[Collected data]

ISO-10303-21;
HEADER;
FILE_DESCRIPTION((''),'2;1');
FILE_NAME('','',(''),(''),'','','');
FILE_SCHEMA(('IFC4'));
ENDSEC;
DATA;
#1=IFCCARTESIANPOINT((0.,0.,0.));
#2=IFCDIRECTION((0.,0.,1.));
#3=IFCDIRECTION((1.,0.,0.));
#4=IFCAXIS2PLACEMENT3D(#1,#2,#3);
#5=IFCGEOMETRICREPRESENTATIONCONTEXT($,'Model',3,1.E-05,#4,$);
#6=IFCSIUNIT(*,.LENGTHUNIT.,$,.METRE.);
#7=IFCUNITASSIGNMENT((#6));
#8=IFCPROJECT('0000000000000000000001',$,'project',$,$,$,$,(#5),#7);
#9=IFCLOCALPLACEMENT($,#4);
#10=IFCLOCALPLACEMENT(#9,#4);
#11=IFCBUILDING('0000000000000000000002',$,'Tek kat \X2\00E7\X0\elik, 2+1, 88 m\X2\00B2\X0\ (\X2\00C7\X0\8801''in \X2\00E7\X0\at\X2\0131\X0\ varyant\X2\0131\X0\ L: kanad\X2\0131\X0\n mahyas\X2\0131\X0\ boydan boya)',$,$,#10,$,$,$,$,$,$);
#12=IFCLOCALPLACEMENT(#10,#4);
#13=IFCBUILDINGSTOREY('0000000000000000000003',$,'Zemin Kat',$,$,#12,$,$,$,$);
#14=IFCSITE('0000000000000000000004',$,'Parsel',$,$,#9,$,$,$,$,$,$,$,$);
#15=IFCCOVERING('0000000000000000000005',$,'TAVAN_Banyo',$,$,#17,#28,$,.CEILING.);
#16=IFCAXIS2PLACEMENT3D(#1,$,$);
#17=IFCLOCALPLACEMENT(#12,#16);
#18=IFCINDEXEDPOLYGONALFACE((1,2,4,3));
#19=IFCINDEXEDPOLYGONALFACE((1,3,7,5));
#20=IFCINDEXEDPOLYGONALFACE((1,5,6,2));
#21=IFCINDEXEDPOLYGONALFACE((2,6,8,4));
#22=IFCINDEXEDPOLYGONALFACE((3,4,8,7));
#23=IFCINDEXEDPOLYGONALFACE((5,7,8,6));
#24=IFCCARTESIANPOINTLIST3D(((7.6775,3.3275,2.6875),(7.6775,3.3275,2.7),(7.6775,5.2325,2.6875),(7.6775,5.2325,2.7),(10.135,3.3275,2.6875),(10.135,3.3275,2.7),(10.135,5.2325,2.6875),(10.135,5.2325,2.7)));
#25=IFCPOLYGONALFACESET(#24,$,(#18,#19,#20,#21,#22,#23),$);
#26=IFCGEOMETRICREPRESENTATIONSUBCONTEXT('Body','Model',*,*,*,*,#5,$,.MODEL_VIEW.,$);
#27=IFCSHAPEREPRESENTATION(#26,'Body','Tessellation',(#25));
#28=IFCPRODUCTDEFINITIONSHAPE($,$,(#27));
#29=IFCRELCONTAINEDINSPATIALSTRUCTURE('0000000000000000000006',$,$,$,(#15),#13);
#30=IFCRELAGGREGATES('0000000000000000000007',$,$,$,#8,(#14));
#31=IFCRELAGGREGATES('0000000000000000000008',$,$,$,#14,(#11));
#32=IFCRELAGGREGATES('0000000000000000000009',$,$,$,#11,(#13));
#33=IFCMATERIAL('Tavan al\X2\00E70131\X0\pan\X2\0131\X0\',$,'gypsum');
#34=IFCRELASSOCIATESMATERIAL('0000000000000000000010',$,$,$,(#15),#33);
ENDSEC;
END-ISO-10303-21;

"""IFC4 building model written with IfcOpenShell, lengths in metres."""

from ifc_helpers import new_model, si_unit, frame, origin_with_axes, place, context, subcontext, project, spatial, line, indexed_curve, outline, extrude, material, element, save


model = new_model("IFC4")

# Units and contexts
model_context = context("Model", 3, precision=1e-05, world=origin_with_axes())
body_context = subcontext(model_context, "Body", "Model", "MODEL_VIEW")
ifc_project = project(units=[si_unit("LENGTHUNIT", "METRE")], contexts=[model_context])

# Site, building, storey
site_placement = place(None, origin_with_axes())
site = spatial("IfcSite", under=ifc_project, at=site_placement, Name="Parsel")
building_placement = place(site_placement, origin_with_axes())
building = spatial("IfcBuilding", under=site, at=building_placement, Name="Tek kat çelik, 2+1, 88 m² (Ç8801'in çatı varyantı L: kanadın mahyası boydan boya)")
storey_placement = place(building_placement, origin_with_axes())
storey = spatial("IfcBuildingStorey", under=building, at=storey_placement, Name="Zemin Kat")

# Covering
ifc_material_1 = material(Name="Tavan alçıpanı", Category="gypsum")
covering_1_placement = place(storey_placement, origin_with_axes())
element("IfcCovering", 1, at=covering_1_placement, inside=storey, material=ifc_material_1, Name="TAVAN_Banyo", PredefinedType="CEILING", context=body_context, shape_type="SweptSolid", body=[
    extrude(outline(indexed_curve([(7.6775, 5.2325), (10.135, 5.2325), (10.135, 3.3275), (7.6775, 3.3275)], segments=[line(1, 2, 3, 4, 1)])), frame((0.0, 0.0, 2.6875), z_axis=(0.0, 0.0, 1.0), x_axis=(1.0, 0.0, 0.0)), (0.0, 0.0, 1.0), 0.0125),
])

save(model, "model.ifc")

• **Your objective**
Reproduce every line from the entries that holds the word "IFCLOCALPLACEMENT".

• **Written answer**
#9=IFCLOCALPLACEMENT($,#4);
#10=IFCLOCALPLACEMENT(#9,#4);
#12=IFCLOCALPLACEMENT(#10,#4);
#17=IFCLOCALPLACEMENT(#12,#16);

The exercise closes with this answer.